"All children, when they watch a film, they end up thinking everything that a hero does - action, singing, etc. So all of them want to become actors. Similarly, even I wanted to be an actor when I was a child," Akhtar told reporters here Thursday.
"It is only once you grow up that you know that a movie has a director, a screenplay writer, a lyricist, a composer, and other technicians. But till a certain age, you believe the hero is everything," he added.
The veteran writer, 66, spoke on the sidelines of the launch of the second season of Zee Classic's "Classic Legends".
On the show, he will throw light on the lives of Bollywood icons like Dilip Kumar, Pran, Meena Kumari, Dev Anand, Nasir Hussain, Hrishikesh Mukherjee, Sunil Dutt, Mohammad Rafi and S.D. Burman.
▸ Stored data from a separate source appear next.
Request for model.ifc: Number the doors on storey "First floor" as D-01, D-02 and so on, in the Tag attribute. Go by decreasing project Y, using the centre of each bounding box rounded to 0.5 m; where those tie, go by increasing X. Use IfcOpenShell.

First a look at what the model holds.

```python
import ifcopenshell
import ifcopenshell.util.element
import ifcopenshell.util.placement

model = ifcopenshell.open("model.ifc")
print(model.schema)
storey = next(s for s in model.by_type("IfcBuildingStorey") if s.Name == "First floor")
doors = [e for e in ifcopenshell.util.element.get_decomposition(storey) if e.is_a("IfcDoor")]
for e in sorted(doors, key=lambda e: e.id()):
    origin = ifcopenshell.util.placement.get_local_placement(e.ObjectPlacement)[:3, 3]
    print(e.id(), e.Tag, e.Name, origin.round(2) + 0.0, sep=" | ")
```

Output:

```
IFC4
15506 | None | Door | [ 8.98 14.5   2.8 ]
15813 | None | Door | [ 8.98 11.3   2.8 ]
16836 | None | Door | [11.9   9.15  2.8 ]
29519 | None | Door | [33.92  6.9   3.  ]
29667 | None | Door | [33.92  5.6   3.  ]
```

```python
import ifcopenshell
import ifcopenshell.geom
import ifcopenshell.util.element
import ifcopenshell.util.shape

model = ifcopenshell.open("model.ifc")
settings = ifcopenshell.geom.settings()
settings.set("use-world-coords", True)


def centre(element):
    shape = ifcopenshell.geom.create_shape(settings, element)
    return ifcopenshell.util.shape.get_bbox_centroid(shape.geometry)


storey = next(s for s in model.by_type("IfcBuildingStorey") if s.Name == "First floor")
doors = [e for e in ifcopenshell.util.element.get_decomposition(storey) if e.is_a("IfcDoor")]

# Insertion points can sit at a corner or the storey origin, so sort by the geometry (in metres).
centres = {e: centre(e) for e in doors}
doors.sort(key=lambda e: (-round(centres[e][1] / 0.5), centres[e][0]))

for i, e in enumerate(doors, start=1):
    number = f"D-{i:02d}"
    e.Tag = number
    print(e.id(), number)

model.write("model_updated.ifc")
```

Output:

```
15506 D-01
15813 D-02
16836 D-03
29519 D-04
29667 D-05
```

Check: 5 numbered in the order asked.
Recounting one of his meetings with Dilip Kumar, Akhtar said: "Dilip saab was being given an award in Lucknow and I was called to say a few words. That day I felt my circle was complete.
"I was in school and I must have been six or seven years old when I had gone to watch 'Aan' in a theatre in Hazratganj. It had Dilip saab. He was playing with a sword, riding a horse, singing songs... That was my introduction to cinema, my first understanding of a hero.
"Years later at the award function, I stood on a stage to give a speech on the same actor in a hotel near the same theatre. It was nostalgic," he said.
Akhtar will combine such anecdotes and more on "Classic Legends", which will go on air Nov 18.